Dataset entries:
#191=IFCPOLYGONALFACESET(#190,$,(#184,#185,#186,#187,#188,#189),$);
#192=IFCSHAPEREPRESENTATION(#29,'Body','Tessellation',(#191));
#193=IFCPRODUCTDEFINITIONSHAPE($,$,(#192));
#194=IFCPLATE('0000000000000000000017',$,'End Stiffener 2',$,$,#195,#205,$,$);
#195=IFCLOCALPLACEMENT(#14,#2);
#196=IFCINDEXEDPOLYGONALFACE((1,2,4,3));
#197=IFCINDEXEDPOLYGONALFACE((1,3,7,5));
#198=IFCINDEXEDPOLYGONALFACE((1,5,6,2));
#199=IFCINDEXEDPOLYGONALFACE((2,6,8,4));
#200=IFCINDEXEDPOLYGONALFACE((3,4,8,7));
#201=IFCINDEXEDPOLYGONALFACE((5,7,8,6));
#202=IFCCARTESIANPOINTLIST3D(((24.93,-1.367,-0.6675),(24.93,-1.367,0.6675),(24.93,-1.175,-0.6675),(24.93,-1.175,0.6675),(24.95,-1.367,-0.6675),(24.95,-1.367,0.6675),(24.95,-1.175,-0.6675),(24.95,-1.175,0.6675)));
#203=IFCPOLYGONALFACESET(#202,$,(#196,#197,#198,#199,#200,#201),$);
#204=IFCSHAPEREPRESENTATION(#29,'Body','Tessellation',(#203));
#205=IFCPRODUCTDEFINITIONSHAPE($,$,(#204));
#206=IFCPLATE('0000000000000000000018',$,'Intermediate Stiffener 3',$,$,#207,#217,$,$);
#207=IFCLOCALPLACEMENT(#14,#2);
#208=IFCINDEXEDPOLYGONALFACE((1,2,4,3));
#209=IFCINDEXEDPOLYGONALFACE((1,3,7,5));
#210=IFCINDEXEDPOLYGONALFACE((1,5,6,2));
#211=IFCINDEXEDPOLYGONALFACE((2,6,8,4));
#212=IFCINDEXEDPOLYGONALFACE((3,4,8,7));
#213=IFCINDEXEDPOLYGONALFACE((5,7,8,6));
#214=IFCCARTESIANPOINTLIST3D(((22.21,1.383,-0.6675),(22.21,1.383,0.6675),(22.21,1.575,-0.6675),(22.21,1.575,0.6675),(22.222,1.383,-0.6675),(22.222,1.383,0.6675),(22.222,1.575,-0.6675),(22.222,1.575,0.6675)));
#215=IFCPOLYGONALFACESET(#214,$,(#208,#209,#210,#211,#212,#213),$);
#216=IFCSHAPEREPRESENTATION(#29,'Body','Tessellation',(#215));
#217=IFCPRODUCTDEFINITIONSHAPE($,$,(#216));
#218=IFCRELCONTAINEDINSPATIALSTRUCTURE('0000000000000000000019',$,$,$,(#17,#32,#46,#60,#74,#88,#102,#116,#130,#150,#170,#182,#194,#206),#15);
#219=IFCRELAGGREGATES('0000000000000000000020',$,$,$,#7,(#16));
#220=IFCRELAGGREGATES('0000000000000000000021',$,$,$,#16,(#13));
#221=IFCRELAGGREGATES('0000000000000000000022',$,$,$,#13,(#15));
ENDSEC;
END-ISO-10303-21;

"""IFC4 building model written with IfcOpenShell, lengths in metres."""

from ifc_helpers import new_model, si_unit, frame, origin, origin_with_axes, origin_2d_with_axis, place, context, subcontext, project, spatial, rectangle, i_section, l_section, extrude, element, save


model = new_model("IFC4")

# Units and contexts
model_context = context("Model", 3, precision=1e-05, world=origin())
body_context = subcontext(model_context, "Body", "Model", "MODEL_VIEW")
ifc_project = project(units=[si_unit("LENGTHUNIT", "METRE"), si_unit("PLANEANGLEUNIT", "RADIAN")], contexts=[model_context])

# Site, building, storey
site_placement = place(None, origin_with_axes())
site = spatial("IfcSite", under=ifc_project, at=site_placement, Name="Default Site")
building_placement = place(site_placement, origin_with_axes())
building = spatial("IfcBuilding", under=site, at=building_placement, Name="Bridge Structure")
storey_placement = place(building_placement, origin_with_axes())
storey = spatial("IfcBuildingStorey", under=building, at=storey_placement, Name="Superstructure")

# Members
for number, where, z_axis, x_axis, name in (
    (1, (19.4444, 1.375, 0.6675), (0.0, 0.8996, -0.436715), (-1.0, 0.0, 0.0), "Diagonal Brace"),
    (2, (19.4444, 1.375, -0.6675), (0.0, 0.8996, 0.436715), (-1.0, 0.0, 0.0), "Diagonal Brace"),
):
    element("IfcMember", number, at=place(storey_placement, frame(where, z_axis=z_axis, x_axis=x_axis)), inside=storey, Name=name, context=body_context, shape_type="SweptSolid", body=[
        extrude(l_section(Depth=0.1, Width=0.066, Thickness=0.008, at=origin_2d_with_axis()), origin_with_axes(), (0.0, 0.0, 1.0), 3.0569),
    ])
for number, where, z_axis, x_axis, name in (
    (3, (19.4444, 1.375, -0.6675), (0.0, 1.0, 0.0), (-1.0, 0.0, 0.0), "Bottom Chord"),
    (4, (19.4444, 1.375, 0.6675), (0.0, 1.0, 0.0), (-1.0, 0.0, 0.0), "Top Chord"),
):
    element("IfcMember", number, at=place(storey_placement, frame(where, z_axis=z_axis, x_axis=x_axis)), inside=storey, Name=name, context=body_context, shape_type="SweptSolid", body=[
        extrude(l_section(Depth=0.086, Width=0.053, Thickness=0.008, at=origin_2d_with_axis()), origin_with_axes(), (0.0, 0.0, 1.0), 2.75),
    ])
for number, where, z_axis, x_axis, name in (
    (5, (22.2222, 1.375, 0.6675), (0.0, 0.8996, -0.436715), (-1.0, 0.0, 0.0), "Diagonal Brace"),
* * *
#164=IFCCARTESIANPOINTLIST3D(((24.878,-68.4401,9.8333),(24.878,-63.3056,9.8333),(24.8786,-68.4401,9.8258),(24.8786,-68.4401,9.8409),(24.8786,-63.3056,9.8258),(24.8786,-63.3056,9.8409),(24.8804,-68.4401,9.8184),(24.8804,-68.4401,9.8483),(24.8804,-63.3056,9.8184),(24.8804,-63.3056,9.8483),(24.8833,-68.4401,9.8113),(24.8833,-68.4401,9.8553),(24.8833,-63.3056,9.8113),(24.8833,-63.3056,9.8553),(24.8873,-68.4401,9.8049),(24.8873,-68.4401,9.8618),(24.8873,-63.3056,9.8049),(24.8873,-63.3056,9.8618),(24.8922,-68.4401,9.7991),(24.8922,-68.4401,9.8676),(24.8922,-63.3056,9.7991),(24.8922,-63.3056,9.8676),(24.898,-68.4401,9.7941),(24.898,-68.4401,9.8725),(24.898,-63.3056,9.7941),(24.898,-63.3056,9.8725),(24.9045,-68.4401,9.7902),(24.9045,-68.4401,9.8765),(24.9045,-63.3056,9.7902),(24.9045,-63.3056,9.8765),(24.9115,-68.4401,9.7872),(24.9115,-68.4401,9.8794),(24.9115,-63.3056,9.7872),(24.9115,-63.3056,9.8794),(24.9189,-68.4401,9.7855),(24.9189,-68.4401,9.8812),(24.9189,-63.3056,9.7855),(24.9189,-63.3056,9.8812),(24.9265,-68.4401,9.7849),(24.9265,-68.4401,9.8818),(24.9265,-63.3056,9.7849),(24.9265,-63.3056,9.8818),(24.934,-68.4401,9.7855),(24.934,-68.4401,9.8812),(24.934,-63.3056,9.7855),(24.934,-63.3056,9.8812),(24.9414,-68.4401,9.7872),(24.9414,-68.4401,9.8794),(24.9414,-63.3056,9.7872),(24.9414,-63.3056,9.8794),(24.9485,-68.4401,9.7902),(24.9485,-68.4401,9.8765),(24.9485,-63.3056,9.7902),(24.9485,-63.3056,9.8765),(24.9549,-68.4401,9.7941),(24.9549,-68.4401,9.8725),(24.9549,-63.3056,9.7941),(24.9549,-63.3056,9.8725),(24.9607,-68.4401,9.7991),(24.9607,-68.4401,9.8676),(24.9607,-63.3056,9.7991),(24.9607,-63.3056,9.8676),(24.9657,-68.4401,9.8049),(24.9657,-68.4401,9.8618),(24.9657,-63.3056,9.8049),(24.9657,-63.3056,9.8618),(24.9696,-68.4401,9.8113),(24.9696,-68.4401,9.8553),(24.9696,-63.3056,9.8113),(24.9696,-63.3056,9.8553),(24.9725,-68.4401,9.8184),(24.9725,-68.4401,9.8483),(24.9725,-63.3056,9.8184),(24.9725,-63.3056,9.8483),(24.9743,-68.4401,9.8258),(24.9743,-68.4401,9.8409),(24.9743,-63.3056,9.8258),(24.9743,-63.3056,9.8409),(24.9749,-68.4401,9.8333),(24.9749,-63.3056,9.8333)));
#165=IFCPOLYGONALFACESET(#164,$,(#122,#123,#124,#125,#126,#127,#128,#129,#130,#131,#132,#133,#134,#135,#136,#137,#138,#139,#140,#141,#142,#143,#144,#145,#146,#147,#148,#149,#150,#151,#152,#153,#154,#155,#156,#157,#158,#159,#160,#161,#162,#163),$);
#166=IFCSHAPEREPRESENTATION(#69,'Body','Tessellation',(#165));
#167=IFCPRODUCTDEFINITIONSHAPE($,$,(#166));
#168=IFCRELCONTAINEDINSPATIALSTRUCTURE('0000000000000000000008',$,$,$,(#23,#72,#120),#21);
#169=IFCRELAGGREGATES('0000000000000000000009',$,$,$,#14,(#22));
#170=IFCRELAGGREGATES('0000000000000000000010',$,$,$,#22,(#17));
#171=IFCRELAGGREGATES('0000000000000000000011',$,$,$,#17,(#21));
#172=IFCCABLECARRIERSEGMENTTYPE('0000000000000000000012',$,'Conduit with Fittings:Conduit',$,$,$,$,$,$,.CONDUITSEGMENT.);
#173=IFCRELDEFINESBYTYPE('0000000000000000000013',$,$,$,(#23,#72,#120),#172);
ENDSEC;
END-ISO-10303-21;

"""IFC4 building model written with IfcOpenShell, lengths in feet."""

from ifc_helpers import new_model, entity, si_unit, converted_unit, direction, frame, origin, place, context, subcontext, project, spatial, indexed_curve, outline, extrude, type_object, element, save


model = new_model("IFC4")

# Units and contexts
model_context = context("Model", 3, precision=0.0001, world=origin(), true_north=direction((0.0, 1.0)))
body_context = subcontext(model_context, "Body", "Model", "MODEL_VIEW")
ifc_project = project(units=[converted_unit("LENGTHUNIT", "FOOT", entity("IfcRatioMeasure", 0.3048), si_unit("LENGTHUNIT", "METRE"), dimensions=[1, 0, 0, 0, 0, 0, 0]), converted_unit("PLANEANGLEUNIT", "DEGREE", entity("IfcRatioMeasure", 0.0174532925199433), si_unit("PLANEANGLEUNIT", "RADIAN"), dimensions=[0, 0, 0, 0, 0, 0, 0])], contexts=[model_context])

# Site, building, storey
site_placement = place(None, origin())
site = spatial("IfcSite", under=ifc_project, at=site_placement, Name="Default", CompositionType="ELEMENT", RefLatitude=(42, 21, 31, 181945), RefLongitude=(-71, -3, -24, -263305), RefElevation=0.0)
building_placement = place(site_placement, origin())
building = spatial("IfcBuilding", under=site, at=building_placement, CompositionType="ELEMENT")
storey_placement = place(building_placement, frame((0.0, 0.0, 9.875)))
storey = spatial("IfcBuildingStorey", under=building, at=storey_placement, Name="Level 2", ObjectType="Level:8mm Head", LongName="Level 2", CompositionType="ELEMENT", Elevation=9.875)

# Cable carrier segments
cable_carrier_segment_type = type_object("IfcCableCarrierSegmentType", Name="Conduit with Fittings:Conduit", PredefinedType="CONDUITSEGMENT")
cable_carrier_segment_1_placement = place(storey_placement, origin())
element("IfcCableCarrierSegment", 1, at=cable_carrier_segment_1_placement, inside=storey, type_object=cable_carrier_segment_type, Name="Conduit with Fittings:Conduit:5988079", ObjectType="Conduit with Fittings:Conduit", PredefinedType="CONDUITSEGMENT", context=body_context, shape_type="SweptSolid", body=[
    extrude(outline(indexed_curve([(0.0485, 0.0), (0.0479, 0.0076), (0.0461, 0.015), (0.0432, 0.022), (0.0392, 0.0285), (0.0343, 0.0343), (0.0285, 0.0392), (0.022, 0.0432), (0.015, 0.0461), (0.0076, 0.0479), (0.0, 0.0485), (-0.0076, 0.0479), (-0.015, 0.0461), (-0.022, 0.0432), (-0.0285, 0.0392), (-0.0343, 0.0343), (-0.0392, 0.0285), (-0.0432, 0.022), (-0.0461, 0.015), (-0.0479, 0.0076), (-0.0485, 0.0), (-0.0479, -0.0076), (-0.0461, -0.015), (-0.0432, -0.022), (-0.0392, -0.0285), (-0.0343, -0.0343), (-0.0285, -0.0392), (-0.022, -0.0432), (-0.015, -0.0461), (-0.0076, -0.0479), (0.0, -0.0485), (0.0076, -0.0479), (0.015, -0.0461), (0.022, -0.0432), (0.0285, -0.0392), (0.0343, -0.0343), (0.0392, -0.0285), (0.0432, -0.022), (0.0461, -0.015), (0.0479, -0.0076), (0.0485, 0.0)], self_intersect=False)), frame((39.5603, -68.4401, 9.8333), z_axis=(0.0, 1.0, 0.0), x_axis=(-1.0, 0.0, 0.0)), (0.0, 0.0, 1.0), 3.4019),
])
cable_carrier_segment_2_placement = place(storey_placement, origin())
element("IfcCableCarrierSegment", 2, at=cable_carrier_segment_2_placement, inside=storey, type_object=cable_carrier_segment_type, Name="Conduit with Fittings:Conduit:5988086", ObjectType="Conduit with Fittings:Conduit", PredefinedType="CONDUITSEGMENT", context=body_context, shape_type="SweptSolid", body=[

WHAT IS BEING ASKED: Display each line of the data where "Depth" occurs.

TASK RESULT:
        extrude(l_section(Depth=0.1, Width=0.066, Thickness=0.008, at=origin_2d_with_axis()), origin_with_axes(), (0.0, 0.0, 1.0), 3.0569),
        extrude(l_section(Depth=0.086, Width=0.053, Thickness=0.008, at=origin_2d_with_axis()), origin_with_axes(), (0.0, 0.0, 1.0), 2.75),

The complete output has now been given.